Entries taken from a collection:
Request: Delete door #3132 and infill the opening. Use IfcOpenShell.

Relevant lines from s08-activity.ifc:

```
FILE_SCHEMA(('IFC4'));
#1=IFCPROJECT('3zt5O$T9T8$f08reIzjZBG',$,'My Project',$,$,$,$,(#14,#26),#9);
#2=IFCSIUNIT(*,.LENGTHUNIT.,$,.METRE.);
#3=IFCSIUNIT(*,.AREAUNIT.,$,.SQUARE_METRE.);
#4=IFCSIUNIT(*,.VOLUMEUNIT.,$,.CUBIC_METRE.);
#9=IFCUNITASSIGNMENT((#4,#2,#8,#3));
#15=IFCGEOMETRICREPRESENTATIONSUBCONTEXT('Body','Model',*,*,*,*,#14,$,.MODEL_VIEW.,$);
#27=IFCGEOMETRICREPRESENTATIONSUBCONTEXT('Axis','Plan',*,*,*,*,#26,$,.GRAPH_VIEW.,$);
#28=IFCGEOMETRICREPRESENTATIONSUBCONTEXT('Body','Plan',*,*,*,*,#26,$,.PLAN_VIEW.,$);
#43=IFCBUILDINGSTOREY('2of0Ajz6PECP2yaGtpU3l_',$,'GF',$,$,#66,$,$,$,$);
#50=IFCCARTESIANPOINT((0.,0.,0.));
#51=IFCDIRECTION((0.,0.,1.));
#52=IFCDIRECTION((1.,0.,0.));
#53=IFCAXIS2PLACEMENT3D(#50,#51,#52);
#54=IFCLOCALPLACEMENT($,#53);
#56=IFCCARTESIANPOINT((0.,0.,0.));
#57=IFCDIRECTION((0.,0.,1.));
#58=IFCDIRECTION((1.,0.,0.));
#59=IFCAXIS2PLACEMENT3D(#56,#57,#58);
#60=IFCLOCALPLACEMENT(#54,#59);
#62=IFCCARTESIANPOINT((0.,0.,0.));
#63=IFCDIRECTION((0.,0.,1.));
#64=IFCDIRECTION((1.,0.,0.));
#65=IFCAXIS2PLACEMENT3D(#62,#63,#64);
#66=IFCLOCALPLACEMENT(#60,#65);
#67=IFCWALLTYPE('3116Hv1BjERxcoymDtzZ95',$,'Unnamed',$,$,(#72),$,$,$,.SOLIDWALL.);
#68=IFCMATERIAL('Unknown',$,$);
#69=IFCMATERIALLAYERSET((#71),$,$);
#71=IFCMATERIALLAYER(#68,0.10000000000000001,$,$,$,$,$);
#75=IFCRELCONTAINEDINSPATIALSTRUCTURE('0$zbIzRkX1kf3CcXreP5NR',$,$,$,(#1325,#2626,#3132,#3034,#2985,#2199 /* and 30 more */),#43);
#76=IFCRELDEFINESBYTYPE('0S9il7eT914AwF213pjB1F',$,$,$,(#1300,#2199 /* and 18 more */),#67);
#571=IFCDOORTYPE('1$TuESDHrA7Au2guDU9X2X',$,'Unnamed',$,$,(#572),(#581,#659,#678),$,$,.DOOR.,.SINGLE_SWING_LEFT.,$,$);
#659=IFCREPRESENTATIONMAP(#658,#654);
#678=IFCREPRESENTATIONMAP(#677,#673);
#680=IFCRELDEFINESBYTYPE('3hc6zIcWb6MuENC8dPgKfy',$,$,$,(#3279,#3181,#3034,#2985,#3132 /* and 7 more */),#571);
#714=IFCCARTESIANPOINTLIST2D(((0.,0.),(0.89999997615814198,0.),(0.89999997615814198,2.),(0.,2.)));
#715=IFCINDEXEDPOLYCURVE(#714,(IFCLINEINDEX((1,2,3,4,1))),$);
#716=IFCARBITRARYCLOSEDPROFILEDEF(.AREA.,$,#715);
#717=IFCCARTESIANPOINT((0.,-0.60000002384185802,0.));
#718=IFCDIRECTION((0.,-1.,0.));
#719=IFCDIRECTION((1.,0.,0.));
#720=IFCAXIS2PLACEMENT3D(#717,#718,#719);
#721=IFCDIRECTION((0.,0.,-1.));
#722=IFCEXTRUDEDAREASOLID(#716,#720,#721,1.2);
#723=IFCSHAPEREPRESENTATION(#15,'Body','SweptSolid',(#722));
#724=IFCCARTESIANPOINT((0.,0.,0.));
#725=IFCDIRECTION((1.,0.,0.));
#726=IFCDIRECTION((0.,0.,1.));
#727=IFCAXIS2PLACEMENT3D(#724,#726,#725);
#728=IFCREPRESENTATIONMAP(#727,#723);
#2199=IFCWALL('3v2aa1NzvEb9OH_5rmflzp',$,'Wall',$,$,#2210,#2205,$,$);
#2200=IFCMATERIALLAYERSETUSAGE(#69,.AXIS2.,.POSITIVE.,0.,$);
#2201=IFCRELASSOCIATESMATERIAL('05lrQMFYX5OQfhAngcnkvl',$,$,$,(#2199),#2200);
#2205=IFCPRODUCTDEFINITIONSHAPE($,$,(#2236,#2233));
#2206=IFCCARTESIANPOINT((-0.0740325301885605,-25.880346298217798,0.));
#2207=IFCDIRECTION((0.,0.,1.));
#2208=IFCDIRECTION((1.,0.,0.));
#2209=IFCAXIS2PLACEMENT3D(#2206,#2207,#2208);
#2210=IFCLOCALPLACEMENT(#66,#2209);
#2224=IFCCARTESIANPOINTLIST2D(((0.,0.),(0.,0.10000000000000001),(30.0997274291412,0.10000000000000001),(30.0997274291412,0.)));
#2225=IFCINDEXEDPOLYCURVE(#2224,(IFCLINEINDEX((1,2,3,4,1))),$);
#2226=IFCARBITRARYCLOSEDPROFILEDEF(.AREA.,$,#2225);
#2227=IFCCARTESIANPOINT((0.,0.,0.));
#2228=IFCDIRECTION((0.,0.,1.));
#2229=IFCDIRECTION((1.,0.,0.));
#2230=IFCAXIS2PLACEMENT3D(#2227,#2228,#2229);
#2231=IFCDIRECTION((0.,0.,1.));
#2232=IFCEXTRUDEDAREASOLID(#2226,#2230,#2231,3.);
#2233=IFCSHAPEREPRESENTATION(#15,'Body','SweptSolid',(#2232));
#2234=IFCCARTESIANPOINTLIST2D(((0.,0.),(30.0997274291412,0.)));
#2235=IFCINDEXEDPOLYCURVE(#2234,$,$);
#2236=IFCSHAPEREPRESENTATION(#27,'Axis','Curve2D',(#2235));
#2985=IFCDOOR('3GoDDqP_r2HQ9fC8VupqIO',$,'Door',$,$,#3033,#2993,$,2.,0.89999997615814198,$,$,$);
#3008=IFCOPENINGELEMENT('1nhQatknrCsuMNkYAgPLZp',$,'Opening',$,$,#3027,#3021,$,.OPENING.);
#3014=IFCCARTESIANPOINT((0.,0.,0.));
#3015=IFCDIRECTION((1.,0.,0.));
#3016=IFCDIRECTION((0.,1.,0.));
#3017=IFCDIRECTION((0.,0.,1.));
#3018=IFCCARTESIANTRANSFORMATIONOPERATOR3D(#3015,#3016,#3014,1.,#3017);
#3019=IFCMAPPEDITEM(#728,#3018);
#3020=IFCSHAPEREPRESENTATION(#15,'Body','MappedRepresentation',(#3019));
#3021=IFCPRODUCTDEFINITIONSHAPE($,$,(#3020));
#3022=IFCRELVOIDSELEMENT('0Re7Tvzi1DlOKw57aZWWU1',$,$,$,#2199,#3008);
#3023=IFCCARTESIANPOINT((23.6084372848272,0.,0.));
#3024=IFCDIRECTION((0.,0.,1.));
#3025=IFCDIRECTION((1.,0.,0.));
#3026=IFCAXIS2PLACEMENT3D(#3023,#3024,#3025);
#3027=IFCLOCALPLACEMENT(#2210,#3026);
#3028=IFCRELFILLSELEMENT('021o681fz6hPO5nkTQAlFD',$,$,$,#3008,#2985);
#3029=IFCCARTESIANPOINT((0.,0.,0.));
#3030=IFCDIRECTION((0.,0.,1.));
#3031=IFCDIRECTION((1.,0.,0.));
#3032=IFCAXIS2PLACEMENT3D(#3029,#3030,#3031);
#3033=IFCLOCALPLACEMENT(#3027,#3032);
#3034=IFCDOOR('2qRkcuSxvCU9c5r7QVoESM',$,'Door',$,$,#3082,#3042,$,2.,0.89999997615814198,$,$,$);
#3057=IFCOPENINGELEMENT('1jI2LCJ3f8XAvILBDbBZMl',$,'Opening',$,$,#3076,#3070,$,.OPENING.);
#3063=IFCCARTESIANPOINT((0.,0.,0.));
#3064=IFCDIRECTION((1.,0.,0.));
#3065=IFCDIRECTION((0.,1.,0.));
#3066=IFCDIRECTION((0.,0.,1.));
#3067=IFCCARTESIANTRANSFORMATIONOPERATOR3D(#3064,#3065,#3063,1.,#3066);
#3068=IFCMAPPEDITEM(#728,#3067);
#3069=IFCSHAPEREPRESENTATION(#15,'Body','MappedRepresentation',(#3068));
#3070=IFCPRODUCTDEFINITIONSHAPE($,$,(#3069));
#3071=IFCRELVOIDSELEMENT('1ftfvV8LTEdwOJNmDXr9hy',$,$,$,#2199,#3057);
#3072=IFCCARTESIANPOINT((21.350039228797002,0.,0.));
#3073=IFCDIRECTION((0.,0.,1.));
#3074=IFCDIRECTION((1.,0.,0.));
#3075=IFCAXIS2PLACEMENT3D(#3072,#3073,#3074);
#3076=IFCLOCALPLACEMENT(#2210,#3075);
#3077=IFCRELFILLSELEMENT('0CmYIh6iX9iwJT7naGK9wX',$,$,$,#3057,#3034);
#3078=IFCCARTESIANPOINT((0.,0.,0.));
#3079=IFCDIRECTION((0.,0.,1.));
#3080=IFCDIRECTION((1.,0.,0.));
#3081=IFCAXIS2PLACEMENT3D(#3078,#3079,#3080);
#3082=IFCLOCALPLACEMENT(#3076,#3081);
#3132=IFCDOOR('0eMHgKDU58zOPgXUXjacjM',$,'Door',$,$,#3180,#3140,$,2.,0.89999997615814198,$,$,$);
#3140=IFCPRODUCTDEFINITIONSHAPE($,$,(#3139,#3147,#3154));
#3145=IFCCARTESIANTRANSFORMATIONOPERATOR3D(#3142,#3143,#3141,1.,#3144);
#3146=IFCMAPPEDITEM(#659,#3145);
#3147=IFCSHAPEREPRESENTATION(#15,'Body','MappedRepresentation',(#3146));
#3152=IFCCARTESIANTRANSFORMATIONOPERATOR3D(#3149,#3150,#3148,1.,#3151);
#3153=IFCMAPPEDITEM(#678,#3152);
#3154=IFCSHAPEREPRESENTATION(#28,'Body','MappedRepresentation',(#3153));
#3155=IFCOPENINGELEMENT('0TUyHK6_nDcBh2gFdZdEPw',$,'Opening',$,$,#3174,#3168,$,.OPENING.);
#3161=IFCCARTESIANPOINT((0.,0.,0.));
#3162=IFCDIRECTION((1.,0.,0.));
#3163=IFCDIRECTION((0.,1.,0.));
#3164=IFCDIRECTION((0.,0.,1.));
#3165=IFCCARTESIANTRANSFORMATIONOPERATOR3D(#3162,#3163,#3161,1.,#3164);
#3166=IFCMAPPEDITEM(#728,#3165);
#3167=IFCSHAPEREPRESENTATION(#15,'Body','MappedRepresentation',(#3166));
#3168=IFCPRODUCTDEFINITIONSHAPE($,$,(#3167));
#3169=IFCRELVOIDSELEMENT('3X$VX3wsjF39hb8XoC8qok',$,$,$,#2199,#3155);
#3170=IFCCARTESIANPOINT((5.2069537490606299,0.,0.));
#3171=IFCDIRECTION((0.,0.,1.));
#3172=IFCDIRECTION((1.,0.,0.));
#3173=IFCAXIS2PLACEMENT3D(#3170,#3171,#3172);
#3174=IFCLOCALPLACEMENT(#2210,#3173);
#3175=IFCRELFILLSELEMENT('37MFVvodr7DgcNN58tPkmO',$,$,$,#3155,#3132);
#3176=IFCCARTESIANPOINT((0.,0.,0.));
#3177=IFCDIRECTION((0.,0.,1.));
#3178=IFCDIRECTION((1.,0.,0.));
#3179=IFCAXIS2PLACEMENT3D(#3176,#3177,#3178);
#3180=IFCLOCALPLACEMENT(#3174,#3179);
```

```python
import ifcopenshell
import ifcopenshell.api.feature
import ifcopenshell.api.root
import ifcopenshell.geom
import ifcopenshell.util.shape

model = ifcopenshell.open("s08-activity.ifc")
settings = ifcopenshell.geom.settings()


def volume(element):
    """Net volume in cubic metres, openings subtracted."""
    shape = ifcopenshell.geom.create_shape(settings, element)
    return ifcopenshell.util.shape.get_volume(shape.geometry)


door = model.by_guid("0eMHgKDU58zOPgXUXjacjM")
opening = door.FillsVoids[0].RelatingOpeningElement
wall = opening.VoidsElements[0].RelatingBuildingElement
before = volume(wall)

ifcopenshell.api.root.remove_product(model, product=door)
ifcopenshell.api.feature.remove_feature(model, feature=opening)

after = volume(wall)

print(f"wall volume {before:.3f} -> {after:.3f} m3")

model.write("s08-activity_edited.ifc")
```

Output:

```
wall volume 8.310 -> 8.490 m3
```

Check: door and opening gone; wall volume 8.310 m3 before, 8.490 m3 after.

■ **Task requirements**: Find and copy each line above that includes the string "IFCRELVOIDSELEMENT".

■ **Your response**:
#3022=IFCRELVOIDSELEMENT('0Re7Tvzi1DlOKw57aZWWU1',$,$,$,#2199,#3008);
#3071=IFCRELVOIDSELEMENT('1ftfvV8LTEdwOJNmDXr9hy',$,$,$,#2199,#3057);
#3169=IFCRELVOIDSELEMENT('3X$VX3wsjF39hb8XoC8qok',$,$,$,#2199,#3155);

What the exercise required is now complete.